Dench is riveting as the increasingly confused writer. It’s a wonderfully bare-bones turn, a performance that eschews fireworks and simply, sadly unfolds as Murdoch slowly slips away.

It’s through Broadbent’s flappable academic, who up until Murdoch’s illness was dependent on her to keep him grounded and functioning, that we get a sense of Murdoch’s personality. His almost childlike efforts at convincing their friends — and himself — that her spirit is alive inside the seemingly empty vessel she’s become are heartbreaking.

Veterans Dench and Broadbent make their difficult roles look effortless, while Winslet and Bonneville have easier, and yet much more interesting, parts to play. The young Murdoch, who has her pick of lovers, partners or husbands, chooses Bayley — and we crave to know why. That’s the crux of this love story, and I wish more of the film had focused on their fledgling courtship.

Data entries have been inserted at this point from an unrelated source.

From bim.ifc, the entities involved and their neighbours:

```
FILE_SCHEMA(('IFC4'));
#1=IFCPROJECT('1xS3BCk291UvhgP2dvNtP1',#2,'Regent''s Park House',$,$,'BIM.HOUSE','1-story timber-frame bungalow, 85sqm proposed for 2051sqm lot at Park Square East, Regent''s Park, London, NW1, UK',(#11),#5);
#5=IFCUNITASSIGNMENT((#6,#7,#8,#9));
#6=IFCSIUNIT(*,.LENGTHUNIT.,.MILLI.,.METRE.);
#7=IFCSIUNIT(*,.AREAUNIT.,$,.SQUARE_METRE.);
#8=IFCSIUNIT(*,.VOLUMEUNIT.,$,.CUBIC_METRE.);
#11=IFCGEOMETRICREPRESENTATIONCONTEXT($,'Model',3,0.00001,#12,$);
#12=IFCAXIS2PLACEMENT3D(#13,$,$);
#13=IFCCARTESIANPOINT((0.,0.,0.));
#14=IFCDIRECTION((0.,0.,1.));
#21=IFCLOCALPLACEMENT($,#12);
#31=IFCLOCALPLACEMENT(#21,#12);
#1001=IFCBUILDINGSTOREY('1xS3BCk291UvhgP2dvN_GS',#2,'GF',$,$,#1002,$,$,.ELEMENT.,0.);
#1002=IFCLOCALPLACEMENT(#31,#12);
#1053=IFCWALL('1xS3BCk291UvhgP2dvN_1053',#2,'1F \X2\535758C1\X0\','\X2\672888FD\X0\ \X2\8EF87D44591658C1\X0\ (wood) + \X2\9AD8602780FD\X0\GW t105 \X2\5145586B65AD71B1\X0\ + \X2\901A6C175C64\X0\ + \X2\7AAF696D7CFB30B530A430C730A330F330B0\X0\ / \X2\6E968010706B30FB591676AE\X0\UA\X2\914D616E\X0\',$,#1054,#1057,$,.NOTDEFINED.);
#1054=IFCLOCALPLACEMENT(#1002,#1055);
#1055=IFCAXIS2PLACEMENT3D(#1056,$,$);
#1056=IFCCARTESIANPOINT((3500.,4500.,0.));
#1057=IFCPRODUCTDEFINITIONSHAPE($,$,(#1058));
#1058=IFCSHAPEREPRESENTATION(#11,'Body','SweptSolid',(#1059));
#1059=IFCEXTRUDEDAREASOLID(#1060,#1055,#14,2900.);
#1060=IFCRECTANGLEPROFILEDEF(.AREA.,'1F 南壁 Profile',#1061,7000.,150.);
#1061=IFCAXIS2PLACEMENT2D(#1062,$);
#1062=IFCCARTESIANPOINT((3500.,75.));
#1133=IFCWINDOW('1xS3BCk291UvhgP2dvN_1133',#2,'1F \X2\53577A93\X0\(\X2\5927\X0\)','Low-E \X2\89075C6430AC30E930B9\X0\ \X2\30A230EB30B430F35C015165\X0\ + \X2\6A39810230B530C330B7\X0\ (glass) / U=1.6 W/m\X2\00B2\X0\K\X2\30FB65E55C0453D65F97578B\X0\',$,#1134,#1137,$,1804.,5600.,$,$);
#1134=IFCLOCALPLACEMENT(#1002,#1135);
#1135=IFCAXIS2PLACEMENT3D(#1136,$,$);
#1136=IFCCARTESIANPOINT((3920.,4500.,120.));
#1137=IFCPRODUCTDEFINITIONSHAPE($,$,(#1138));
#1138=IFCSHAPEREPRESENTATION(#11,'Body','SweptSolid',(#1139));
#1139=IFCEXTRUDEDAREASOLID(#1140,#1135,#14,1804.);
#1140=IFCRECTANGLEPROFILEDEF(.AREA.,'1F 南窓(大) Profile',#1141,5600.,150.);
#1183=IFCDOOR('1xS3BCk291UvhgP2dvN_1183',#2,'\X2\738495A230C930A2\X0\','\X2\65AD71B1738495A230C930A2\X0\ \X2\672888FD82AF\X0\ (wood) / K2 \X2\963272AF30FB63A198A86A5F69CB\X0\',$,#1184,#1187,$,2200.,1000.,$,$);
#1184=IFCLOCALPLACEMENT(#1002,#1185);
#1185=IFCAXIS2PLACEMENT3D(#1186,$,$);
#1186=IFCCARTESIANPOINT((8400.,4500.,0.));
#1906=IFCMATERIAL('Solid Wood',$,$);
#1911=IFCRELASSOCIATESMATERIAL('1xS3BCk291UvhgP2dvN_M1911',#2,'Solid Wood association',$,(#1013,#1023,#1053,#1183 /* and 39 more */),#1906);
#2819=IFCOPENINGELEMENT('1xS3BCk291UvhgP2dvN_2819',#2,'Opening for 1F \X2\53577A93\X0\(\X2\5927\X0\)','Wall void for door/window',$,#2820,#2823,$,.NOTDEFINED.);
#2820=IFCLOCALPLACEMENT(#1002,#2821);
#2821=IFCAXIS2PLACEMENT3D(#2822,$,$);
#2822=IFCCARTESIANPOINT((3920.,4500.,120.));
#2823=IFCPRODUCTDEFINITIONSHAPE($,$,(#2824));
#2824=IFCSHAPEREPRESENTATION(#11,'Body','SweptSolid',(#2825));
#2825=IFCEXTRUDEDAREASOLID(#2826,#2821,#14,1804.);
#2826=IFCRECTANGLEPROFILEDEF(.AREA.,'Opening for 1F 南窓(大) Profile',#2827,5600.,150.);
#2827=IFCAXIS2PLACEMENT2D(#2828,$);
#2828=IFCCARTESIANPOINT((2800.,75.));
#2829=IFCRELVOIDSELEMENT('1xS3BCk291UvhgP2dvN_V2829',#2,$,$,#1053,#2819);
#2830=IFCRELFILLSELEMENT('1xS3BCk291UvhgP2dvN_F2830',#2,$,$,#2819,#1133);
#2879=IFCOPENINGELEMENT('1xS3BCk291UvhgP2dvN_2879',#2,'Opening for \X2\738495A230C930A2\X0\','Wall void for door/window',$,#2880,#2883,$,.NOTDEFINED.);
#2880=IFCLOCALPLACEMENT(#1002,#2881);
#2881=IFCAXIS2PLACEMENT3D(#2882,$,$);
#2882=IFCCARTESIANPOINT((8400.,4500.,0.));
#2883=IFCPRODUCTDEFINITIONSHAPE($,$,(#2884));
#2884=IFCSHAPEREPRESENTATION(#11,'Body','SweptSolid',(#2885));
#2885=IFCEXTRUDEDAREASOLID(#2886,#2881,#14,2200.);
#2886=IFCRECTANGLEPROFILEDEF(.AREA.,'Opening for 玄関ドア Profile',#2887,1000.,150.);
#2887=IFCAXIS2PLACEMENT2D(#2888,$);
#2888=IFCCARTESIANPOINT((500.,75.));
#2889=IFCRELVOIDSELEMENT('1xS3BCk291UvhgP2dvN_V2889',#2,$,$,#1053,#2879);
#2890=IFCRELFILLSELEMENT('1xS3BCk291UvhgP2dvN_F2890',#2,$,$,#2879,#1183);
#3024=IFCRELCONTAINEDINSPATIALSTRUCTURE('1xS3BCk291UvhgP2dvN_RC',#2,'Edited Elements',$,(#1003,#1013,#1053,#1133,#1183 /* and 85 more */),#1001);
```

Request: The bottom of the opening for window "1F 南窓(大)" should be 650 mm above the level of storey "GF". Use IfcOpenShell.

```python
import numpy as np
import ifcopenshell
import ifcopenshell.api.geometry
import ifcopenshell.geom
import ifcopenshell.util.element
import ifcopenshell.util.placement
import ifcopenshell.util.shape
import ifcopenshell.util.unit

model = ifcopenshell.open("bim.ifc")
unit_scale = ifcopenshell.util.unit.calculate_unit_scale(model)

window = model.by_guid("1xS3BCk291UvhgP2dvN_1133")
opening = window.FillsVoids[0].RelatingOpeningElement
storey = ifcopenshell.util.element.get_container(window, ifc_class="IfcBuildingStorey")
level = ifcopenshell.util.placement.get_local_placement(storey.ObjectPlacement)[2, 3]

# The opening's origin need not be at the sill, so measure its lowest point.
shape = ifcopenshell.geom.create_shape(ifcopenshell.geom.settings(), opening)
bottom = ifcopenshell.util.shape.get_shape_bottom_elevation(shape, shape.geometry) / unit_scale
dz = level + 0.65 / unit_scale - bottom

shift = np.array([0.0, 0.0, dz])
# The window is not placed relative to its opening, so move both.
for product in (opening, window):
    matrix = ifcopenshell.util.placement.get_local_placement(product.ObjectPlacement)
    matrix[:3, 3] += shift
    ifcopenshell.api.geometry.edit_object_placement(model, product=product, matrix=matrix, is_si=False)

print(f"moved by {dz * unit_scale:+.3f} m")

model.write("bim_edited.ifc")
```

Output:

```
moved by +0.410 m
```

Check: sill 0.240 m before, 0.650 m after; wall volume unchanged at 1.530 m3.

In most ways, Murdoch takes on the traditionally male role in the relationship. She’s sexually experienced and insists on her right to determine her own lifestyle Bayley’s virgin status and desire to marry for security is stereotypically female behaviour for the period. In real life, it’s interesting to note, Bayley never found Murdoch pretty and at first sight thought he had a chance with her since no other man would want her.

It’s a refreshing change to see a woman calling the shots. Of course, once she falls for him she’s no more in control of her emotions than Bayley. That’s the power of love — its ability to bring two people to an equal, if joyously unbalanced, footing.